Greatly enjoying Dublin 1916 The French Connection, by W.J. McCormack
He makes an excellent case for the argument that through Easter 1916 the IRB "effectively conceded" partition.
Planning and execution:
andThe first in the scale of unmentionable implications for the future was the strength, including the military strength, of Ulster Unionism. In planning the Easter events, the IRB effectively conceded the partition of Ireland; there was to be no action in Belfast (Connolly knew how promptly civil war would engulf the city’s proletariat); the Belfast man Denis McCullough (1883-1968), who headed up the IRB’s Supreme Council, was therefore kept in the dark about the Dublin plans: as notional President of the Republic he was deceived about its declaration.
Pages 48-49, my emphases in bold.Four important and highly active men, each sidelined by the signatories and their Proclamation, hailed from Ulster – Bulmer Hobson, Roger Casement, Denis McCullough and Eoin MacNeill. In practice, the North would not begin or join in.
Separated in their final action from the United Irish traditions of Antrim and Down, the signatories tilled the ground for a partition rapidly installed in 1920-22. The IRB’s kidnapping of Hobson just before the Insurrection had no local sectarian basis – Hobson came from a Quaker family – and it can hardly have been done to impress the Pope.4 But it inevitably draws attention to the apparent Catholic monopoly among the leaders of 1916. Fenians though most of them were in strict and sworn fidelity or by intimate association, all these men – including Thomas Ceannt (executed in Cork), and Roger Casement (executed in London) – were Catholics, in stark contrast to the roll-call in Yeats’s ‘September 1913’ – Emmet, Fitzgerald and Wolfe Tone.

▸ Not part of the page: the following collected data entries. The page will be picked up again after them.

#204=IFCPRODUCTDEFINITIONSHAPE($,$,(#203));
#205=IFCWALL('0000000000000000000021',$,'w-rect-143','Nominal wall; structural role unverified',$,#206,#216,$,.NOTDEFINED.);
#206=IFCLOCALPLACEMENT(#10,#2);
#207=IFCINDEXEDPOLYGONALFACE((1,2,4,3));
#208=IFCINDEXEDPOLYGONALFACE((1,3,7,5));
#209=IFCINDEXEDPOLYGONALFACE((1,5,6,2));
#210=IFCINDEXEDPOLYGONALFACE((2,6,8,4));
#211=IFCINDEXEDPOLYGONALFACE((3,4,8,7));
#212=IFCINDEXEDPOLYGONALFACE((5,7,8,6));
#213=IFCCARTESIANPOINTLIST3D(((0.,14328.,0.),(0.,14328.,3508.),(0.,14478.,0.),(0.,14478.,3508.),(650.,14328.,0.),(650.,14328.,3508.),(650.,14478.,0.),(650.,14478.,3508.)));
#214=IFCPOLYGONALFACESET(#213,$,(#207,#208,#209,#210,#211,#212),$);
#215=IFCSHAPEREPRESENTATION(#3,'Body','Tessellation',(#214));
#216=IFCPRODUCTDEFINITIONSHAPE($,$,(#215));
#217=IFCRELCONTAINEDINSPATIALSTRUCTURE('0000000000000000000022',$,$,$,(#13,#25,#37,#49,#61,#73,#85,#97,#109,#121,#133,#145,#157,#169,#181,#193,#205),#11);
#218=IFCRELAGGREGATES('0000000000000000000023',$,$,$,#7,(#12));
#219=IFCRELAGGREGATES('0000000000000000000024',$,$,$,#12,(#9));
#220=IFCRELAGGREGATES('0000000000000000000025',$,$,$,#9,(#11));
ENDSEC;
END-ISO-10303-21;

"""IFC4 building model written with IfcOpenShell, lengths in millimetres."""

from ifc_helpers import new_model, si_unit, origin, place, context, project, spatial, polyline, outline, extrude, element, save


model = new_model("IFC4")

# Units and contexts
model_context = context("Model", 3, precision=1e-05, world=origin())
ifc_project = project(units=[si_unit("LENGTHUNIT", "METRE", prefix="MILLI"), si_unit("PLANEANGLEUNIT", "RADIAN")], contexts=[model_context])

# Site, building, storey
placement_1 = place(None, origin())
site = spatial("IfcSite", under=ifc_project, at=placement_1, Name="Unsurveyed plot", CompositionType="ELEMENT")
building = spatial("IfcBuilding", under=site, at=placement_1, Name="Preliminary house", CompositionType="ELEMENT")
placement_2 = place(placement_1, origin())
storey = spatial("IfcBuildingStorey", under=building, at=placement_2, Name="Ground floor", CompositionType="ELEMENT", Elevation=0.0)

The pretence of a geographically determined single nation opposed to the Union was demonstrated to the world as being false - the planning and execution of the rising was partitionist. Any attempt to reach a compromise was seriously undermined and the de-facto acknowledgement by those involved in what McCormack describes as "a brilliant entry-ist coup" that there were two Irelands paved the way for a settlement in which Catholic Ireland could create a state without the serious problem of a large number of hostile Protestants within its borders.